Dreitausend? Vielleicht sogar ein paar mehr. Viele Leute haben beschlossen, dem sehr schlechten Wetter zu trotzen, um in L' Aquila auf die Straße zu gehen, um ihrer Stimme Gehör zu verschaffen und um sich am Wiederaubau der eigenen Zukunft zu beteiligen. Schandhaft, die Manöver der offiziellen Medien, die, um die lokale Bevölkerung abzuschrecken, Befürchtungen über die Anwesenheit von no-global "Horden" äußerte.
Die no global waren nicht da, oder, besser: es waren dreitausend "no global" da.
Der Missbrauch von diesem Begriff, der von einer gefälligen Presse und von Politikern, die keine Luft mehr bekommen instrumentell eingesetzt wird verrät die Schwierigkeiten beim Umgang mit einem Protest der von Unten kommt und keine politische Couleur hat, aber Bewusstsein ansammelt.
Die Folgen des Erdbebens, das L' Aquila und deren Provinz zerstört hat, sind die Frucht von ruchlosen Wirtschaftspolitiken, von ökologiefeindlichen städtebaulichen und sozialen Entscheidungen, von durch die nationalen und lokalen Institutionen gedeckten Bauspekulationen und -betrügen. Die dreihundert Opfer des Erdbebensc in L' aquila wurden durch die Logiken des Profits getötet; von der über die Erdstöße katalyisierten "Globalisierung".
Nur dreitausend, und doch schon so viele, die nicht gewillt sind, sich der Militarisierung in den Camps, den Lügen einer zynischen "Regierung der Toleranz" und dem Versuch, die Evakuierten mit Versprechen, die sich nicht halten lassen zu betäuben zu fügen.
Sie fordern 100% Wiederaufbau, 100% Respekt, 100% Arbeit und vor Allem Wahrheit und Gerechtigkeit für jene, die unter den Trümmern jenes verfluchten 6. April um 3:32 starben.
Die vom Samstag, den 27. Juni ist nur eine Etappe auf einem langen und anstrengenden Weg, den die Frauen und Männer der Abruzzen Stein auf Stein dabei sind, zu pflastern.

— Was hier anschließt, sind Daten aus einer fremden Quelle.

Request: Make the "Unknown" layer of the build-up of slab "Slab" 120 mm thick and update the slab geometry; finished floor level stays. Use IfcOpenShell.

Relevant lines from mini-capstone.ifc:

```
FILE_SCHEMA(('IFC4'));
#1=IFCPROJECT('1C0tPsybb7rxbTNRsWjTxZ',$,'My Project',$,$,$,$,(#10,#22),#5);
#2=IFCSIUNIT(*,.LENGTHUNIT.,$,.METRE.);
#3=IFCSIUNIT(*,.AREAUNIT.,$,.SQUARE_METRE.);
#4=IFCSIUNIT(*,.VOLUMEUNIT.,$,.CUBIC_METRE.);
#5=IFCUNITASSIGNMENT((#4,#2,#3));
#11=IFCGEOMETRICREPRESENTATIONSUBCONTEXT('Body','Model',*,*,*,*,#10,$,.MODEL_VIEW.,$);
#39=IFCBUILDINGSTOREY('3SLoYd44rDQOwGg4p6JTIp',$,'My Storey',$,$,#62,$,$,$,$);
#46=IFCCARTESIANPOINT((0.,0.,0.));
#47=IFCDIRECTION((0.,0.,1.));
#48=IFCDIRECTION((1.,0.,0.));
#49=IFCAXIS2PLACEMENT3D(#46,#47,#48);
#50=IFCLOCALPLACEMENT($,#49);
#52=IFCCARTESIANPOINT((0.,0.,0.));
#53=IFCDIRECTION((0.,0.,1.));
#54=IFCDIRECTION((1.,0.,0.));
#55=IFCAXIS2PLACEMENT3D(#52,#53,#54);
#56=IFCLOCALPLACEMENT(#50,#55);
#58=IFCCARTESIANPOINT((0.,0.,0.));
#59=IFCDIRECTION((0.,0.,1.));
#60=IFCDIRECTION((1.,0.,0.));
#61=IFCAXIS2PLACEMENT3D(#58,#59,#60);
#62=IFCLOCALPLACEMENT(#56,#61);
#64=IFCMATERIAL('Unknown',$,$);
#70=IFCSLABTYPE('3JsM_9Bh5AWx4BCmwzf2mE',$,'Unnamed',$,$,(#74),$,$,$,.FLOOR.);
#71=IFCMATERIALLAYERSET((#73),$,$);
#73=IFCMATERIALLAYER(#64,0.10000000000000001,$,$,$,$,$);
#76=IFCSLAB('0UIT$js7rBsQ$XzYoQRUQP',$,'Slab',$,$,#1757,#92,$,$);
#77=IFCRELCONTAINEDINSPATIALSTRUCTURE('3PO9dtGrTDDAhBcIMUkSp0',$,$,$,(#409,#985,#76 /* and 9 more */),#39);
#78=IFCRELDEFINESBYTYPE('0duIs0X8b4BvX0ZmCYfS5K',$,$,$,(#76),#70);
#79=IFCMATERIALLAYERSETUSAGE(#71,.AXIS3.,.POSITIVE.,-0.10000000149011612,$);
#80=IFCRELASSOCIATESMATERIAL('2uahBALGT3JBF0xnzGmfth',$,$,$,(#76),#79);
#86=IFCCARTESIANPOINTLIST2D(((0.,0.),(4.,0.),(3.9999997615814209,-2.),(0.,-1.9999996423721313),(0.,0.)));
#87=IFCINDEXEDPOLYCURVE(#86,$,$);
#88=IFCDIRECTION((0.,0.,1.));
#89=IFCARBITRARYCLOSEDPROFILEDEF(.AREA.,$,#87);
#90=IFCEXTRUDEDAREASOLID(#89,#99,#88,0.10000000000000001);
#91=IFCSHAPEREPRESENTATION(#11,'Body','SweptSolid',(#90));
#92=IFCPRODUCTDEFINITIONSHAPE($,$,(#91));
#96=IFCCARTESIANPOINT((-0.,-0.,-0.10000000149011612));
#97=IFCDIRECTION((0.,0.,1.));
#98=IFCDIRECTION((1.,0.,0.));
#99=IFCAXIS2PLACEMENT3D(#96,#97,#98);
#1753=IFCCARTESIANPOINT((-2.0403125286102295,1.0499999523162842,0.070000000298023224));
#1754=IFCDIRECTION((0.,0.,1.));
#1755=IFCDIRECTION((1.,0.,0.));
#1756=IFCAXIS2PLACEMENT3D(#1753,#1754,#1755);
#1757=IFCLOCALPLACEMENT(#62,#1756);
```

```python
import ifcopenshell
import ifcopenshell.util.element
import ifcopenshell.util.representation

model = ifcopenshell.open("mini-capstone.ifc")

layer_set = model.by_id(71)
layer = next(l for l in layer_set.MaterialLayers if l.Material and l.Material.Name == "Unknown")
change = 0.12 - layer.LayerThickness
layer.LayerThickness += change

# Geometry does not follow the layer set by itself.
slabs = [e for e in ifcopenshell.util.element.get_elements_by_material(model, layer_set) if e.is_a("IfcSlab")]
for slab in sorted(slabs, key=lambda e: e.id()):
    body = ifcopenshell.util.representation.get_representation(slab, "Model", "Body")
    solid = body.Items[0]
    old_depth = solid.Depth
    solid.Depth += change
    # Extruded upwards: lower the start of the extrusion so the top stays.
    x, y, z = solid.Position.Location.Coordinates
    solid.Position.Location = model.createIfcCartesianPoint((x, y, z - change))
    print(slab.id(), f"{old_depth:g} -> {solid.Depth:g}")

# The layers are counted up from the underside, which has moved.
for usage in {ifcopenshell.util.element.get_material(slab) for slab in slabs}:
    usage.OffsetFromReferenceLine -= change

model.write("mini-capstone_edited.ifc")
```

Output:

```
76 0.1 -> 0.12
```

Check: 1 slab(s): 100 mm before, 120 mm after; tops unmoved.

Kaum war die Demo losgezogen, hörte es auf zu regnen und die Sonne ging auf.
Avanti quatra'!
A.d.Ü.:
* Wortspiel. Sinngemäß steht er dafür, dass die Abruzzer (im übertragenen Sinne) "zu den Waffen greifen" und, in Anspielung auf die drastische Militarisierung, "unter Waffen stehen". An der Piazza D' Armi in L' aquila liegt die größte der ewa 160 Zeltstädte, in die seit dem Tag des Erdbens, dem 6. April 2009, um die 30000 Menschen nach dem Zufallsprinzip zusammengewürfelt eingepfercht sind. "Piazza D' Armi" bedeutet gängigerweise "Exerzierplatz". Die "Piazza" steht sprachlich jedoch auch für ein sehr wichtiges, nicht nur strukturelles, sondern auch kulturelles und soziales Element des menschlichen und politischen Lebens, weil sie ein offener, allgemein zugänglicher Ort ist, an dem kollektive Zusammenkunft und Auseinandersetzung möglich sind. Nicht von ungefähr ist von Italien im Kontext von Protesten und militanten Auseinandersetzung nicht von "auf die Straße gehen" und von "Straßenkämpfen" die Rede, sondern jeweils von "scendere in Piazza" (runter gehen in die Piazza) und von "scontri di Piazza" (Zusammenstößen auf der Piazza) die Rede. Selbst die Polizei verwendet den Begriff: "Einsatzleiter" bei Protesten ist der "Dirigente di Piazza", "Lagebewältigung" heißt "Gestione della Piazza". "Armi" wiederum sind Waffen. Hier, die Waffen der Gemeinschaftlichkeit, der Selbstorganisation, der Entschlossenheit und der Absage an die Angst.